Rizwan Ehsan Ali: How a Pakistan cricket journalist rose from page maker to Associated Press
 JournalismPakistan.com |
 Published last month |  Dr. Nauman Niaz (TI)
Join our WhatsApp channel 
             
                    
 
ISLAMABAD — He did not arrive at sports journalism with the fanfare of a prodigy, nor the confidence of a native tongue. He came instead with a suitcase half-filled with broken English and the other half with resolve.

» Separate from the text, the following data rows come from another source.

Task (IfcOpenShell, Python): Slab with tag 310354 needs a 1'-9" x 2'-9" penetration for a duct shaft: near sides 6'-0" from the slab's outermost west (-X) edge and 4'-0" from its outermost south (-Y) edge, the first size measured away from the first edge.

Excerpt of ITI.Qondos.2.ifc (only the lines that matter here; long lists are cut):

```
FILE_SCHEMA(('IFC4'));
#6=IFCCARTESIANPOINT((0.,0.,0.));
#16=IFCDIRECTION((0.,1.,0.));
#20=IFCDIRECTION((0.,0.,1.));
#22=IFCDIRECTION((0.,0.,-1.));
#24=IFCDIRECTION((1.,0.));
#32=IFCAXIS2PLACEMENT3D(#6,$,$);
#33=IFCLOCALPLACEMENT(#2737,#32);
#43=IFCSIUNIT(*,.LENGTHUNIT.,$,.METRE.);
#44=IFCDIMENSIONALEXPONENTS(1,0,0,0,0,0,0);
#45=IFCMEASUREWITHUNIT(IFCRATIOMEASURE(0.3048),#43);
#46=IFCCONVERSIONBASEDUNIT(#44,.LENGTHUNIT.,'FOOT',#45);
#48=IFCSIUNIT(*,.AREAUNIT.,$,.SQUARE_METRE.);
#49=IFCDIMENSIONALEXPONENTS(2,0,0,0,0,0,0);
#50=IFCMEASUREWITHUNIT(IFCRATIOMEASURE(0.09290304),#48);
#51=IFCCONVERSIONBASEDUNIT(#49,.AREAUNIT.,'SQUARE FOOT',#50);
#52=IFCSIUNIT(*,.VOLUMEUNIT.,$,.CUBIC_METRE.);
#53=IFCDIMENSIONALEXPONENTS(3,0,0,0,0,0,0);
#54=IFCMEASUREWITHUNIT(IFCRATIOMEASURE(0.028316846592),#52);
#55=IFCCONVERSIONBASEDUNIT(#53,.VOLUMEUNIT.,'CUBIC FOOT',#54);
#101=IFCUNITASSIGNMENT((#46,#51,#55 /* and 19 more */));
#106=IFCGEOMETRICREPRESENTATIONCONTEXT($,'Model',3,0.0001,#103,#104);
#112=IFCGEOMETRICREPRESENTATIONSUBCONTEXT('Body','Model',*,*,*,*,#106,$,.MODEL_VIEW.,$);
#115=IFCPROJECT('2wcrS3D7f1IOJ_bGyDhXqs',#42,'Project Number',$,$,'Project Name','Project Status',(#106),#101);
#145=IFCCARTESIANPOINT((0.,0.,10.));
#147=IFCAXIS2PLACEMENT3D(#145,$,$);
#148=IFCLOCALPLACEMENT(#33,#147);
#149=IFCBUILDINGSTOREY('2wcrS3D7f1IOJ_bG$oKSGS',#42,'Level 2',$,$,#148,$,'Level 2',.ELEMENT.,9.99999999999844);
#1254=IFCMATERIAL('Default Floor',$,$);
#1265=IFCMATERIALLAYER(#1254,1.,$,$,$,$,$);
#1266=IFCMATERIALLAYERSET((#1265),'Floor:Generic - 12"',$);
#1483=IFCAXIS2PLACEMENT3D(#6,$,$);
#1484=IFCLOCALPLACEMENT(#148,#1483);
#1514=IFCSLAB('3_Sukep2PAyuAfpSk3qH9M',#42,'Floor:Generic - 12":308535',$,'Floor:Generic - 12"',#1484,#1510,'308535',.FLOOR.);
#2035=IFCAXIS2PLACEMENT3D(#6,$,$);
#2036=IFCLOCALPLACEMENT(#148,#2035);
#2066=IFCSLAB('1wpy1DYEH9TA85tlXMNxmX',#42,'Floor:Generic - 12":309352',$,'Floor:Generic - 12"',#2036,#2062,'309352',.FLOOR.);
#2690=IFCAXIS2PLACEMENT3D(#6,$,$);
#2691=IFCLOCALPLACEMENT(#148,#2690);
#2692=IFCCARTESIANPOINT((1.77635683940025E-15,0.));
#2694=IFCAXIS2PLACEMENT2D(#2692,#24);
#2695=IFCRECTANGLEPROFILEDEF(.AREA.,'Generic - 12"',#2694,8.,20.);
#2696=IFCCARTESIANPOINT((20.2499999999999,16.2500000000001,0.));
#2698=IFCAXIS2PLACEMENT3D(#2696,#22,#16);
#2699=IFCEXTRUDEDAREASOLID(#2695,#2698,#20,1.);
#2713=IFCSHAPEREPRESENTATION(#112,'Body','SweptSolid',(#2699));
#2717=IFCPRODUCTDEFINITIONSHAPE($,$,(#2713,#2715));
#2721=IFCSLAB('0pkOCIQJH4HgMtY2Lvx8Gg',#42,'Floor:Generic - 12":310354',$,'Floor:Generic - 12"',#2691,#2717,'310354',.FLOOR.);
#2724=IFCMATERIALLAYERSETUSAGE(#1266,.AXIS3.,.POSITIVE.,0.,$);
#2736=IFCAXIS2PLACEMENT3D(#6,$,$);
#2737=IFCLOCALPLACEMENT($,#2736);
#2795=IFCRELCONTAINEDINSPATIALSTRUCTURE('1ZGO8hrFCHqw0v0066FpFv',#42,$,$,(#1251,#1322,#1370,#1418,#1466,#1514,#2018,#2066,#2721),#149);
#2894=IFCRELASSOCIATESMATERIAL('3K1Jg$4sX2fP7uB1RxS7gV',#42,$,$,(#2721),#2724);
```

```python
import numpy as np
import ifcopenshell
import ifcopenshell.api.feature
import ifcopenshell.api.geometry
import ifcopenshell.api.root
import ifcopenshell.geom
import ifcopenshell.util.placement
import ifcopenshell.util.representation
import ifcopenshell.util.shape
import ifcopenshell.util.unit

model = ifcopenshell.open("ITI.Qondos.2.ifc")
unit_scale = ifcopenshell.util.unit.calculate_unit_scale(model)
settings = ifcopenshell.geom.settings()


def volume(element):
    """Net volume in cubic metres, openings subtracted."""
    shape = ifcopenshell.geom.create_shape(settings, element)
    return ifcopenshell.util.shape.get_volume(shape.geometry)


slab = model.by_guid("0pkOCIQJH4HgMtY2Lvx8Gg")
before = volume(slab)

# Extent in the slab's own axes, in metres. The edges named are its -X and -Y sides.
slab_shape = ifcopenshell.geom.create_shape(settings, slab)
vertices = ifcopenshell.util.shape.get_vertices(slab_shape.geometry)
x_min, y_min, bottom = vertices.min(axis=0)
top = vertices[:, 2].max()

opening = ifcopenshell.api.root.create_entity(model, ifc_class="IfcOpeningElement", name="Duct shaft opening", predefined_type="OPENING")
context = ifcopenshell.util.representation.get_context(model, "Model", "Body", "MODEL_VIEW")
width, depth = 0.5334, 0.8382
outline = [(0.0, 0.0), (width, 0.0), (width, depth), (0.0, depth), (0.0, 0.0)]
# Overshoot both faces by 50 mm so the cut is clean.
shape = ifcopenshell.api.geometry.add_slab_representation(
    model, context=context, depth=top - bottom + 0.1, polyline=outline
)
ifcopenshell.api.geometry.assign_representation(model, product=opening, representation=shape)

matrix = ifcopenshell.util.placement.get_local_placement(slab.ObjectPlacement)
matrix[:, 3] = matrix @ np.append(np.array([x_min + 1.8288, y_min + 1.2192, bottom - 0.05]) / unit_scale, 1.0)
ifcopenshell.api.geometry.edit_object_placement(model, product=opening, matrix=matrix, is_si=False)
ifcopenshell.api.feature.add_feature(model, feature=opening, element=slab)

after = volume(slab)

print(f"slab volume {before:.3f} -> {after:.3f} m3")

model.write("ITI.Qondos.2_rev.ifc")
```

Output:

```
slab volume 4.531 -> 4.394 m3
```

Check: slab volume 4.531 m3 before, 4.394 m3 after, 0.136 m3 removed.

In the newsrooms, where phrases are sharpened into headlines and adjectives traded like inheritance, he stood at first as an outsider. His sentences stumbled, his syntax faltered, his pauses betrayed him. But he did not flinch. He bent his head to the craft with the conspicuous patience of one who knows the road is long and refuses to take shortcuts.
From Obscurity to Cricket Journalism Excellence
There is a certain envy, charm, and ambition in the unlikely beginnings of journalists who never meant to be. His beginnings were in obscurity, in places where cricket scores were scribbled in margins and stories passed like routine exchanges. He taught himself the cadence of reportage the way a batsman learns to leave the ball outside off stump: by repetition, by mistake, by perseverance.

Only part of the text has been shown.